===== Data excerpts

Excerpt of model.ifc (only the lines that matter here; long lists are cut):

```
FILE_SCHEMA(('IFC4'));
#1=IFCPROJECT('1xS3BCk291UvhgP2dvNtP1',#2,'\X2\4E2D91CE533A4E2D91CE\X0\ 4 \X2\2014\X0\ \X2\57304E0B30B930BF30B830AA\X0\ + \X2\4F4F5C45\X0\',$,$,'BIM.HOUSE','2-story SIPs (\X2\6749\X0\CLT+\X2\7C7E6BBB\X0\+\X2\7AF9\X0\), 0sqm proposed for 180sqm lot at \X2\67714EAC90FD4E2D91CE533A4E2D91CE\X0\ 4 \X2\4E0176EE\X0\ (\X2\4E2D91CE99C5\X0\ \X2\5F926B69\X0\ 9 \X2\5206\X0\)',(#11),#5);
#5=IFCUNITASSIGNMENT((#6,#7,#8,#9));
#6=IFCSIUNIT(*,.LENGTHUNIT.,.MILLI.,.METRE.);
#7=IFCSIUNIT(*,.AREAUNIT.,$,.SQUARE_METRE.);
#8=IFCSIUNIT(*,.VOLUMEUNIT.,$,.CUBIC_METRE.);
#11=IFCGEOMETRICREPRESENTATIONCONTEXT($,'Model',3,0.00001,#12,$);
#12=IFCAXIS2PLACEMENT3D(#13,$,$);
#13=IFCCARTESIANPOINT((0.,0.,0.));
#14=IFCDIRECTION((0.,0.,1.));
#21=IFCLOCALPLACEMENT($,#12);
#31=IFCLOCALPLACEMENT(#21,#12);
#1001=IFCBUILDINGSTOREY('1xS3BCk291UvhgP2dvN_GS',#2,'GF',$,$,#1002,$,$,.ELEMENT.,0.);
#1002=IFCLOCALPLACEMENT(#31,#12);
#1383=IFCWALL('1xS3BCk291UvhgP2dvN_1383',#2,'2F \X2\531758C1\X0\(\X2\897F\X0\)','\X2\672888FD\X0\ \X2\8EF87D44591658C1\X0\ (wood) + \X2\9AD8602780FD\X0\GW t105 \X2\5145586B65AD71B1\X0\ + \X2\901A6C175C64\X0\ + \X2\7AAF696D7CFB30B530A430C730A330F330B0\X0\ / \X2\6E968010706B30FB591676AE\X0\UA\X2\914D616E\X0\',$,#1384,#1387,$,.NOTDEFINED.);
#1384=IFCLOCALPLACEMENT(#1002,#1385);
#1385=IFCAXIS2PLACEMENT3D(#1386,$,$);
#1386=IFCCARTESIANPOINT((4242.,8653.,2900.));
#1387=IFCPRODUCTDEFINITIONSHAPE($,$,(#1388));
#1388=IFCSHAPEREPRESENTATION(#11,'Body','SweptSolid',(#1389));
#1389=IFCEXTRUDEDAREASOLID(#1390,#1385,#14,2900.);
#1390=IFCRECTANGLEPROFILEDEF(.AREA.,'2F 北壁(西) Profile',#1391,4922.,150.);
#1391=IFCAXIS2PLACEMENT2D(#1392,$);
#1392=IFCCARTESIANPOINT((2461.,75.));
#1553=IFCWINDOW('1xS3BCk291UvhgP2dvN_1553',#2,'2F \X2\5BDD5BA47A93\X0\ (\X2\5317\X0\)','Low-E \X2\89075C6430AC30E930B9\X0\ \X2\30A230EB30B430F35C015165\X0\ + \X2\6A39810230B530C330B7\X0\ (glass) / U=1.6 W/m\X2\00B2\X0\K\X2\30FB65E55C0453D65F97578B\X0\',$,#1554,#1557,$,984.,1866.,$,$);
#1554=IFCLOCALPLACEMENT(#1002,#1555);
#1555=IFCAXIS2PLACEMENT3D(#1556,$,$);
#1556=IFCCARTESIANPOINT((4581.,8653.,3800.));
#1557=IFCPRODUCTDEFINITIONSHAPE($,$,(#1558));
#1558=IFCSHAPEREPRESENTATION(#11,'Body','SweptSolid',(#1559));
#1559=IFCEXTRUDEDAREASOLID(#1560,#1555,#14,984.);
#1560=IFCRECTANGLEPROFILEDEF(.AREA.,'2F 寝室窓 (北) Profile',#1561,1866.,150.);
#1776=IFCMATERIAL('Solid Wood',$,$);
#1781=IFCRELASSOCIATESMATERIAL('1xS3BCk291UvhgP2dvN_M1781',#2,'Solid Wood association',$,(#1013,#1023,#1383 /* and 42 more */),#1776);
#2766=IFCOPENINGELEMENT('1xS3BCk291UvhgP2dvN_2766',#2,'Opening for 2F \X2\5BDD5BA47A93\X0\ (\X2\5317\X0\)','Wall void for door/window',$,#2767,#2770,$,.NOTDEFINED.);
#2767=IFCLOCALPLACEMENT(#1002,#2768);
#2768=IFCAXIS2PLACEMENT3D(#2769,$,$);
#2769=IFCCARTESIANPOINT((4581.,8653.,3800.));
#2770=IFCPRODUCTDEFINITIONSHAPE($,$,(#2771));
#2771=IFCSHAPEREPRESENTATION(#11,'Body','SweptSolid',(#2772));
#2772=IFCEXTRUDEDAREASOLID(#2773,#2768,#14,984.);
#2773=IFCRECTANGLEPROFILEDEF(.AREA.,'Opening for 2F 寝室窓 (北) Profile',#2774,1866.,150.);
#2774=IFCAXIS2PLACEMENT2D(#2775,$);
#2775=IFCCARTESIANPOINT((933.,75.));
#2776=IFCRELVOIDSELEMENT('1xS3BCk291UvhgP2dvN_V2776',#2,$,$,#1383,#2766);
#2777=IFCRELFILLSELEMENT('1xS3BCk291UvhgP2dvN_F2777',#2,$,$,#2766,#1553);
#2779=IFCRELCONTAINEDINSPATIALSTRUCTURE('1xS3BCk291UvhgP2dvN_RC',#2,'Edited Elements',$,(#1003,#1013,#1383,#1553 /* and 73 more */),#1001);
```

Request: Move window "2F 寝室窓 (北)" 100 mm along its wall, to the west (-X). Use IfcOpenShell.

```python
import ifcopenshell
import ifcopenshell.api.geometry
import ifcopenshell.util.placement
import ifcopenshell.util.unit

model = ifcopenshell.open("model.ifc")
unit_scale = ifcopenshell.util.unit.calculate_unit_scale(model)

window = model.by_id(1553)
opening = window.FillsVoids[0].RelatingOpeningElement
wall = opening.VoidsElements[0].RelatingBuildingElement

wall_matrix = ifcopenshell.util.placement.get_local_placement(wall.ObjectPlacement)
shift = wall_matrix[:3, 0] * -0.1 / unit_scale
before = ifcopenshell.util.placement.get_local_placement(window.ObjectPlacement)[:3, 3].copy()

# The window is not placed relative to its opening, so move both.
for product in (opening, window):
    matrix = ifcopenshell.util.placement.get_local_placement(product.ObjectPlacement)
    matrix[:3, 3] += shift
    ifcopenshell.api.geometry.edit_object_placement(model, product=product, matrix=matrix, is_si=False)

after = ifcopenshell.util.placement.get_local_placement(window.ObjectPlacement)[:3, 3]
print("window moved by", (after - before).round(3) + 0.0)

model.write("model-out.ifc")
```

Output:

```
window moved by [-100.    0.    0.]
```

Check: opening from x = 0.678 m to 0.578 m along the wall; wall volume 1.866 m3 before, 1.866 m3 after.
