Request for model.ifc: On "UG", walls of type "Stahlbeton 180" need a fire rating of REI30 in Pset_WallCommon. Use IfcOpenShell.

First a look at what the model holds.

```python
import ifcopenshell
import ifcopenshell.util.element

model = ifcopenshell.open("model.ifc")
print(model.schema)
storey = next(s for s in model.by_type("IfcBuildingStorey") if s.Name == "UG")
walls = [e for e in ifcopenshell.util.element.get_decomposition(storey) if e.is_a("IfcWall")]
seen = {}
for e in walls:
    element_type = ifcopenshell.util.element.get_type(e)
    key = (element_type.Name if element_type != e and element_type else None, ifcopenshell.util.element.get_pset(e, "Pset_WallCommon", "FireRating"))
    seen[key] = seen.get(key, 0) + 1
for (name, value), count in sorted(seen.items(), key=str):
    print(count, "x", name, "|", value)
```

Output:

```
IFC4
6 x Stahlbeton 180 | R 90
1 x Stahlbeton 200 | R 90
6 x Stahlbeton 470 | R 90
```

```python
import ifcopenshell
import ifcopenshell.api.pset
import ifcopenshell.util.element

model = ifcopenshell.open("model.ifc")

storey = next(s for s in model.by_type("IfcBuildingStorey") if s.Name == "UG")
walls = [e for e in ifcopenshell.util.element.get_decomposition(storey) if e.is_a("IfcWall")]

count = 0
for e in walls:
    element_type = ifcopenshell.util.element.get_type(e)
    if element_type in (None, e) or element_type.Name != "Stahlbeton 180":
        continue
    # add_pset returns the element's existing set when there is one.
    pset = ifcopenshell.api.pset.add_pset(model, product=e, name="Pset_WallCommon")
    ifcopenshell.api.pset.edit_pset(model, pset=pset, properties={"FireRating": "REI30"})
    count += 1

print(count, "walls updated")

model.write("model_updated.ifc")
```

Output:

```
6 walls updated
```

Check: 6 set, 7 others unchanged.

==========

-- Aim of the exercise --
Tally the lines of the material that include "more". Only the total should be given.

-- Your solution --
2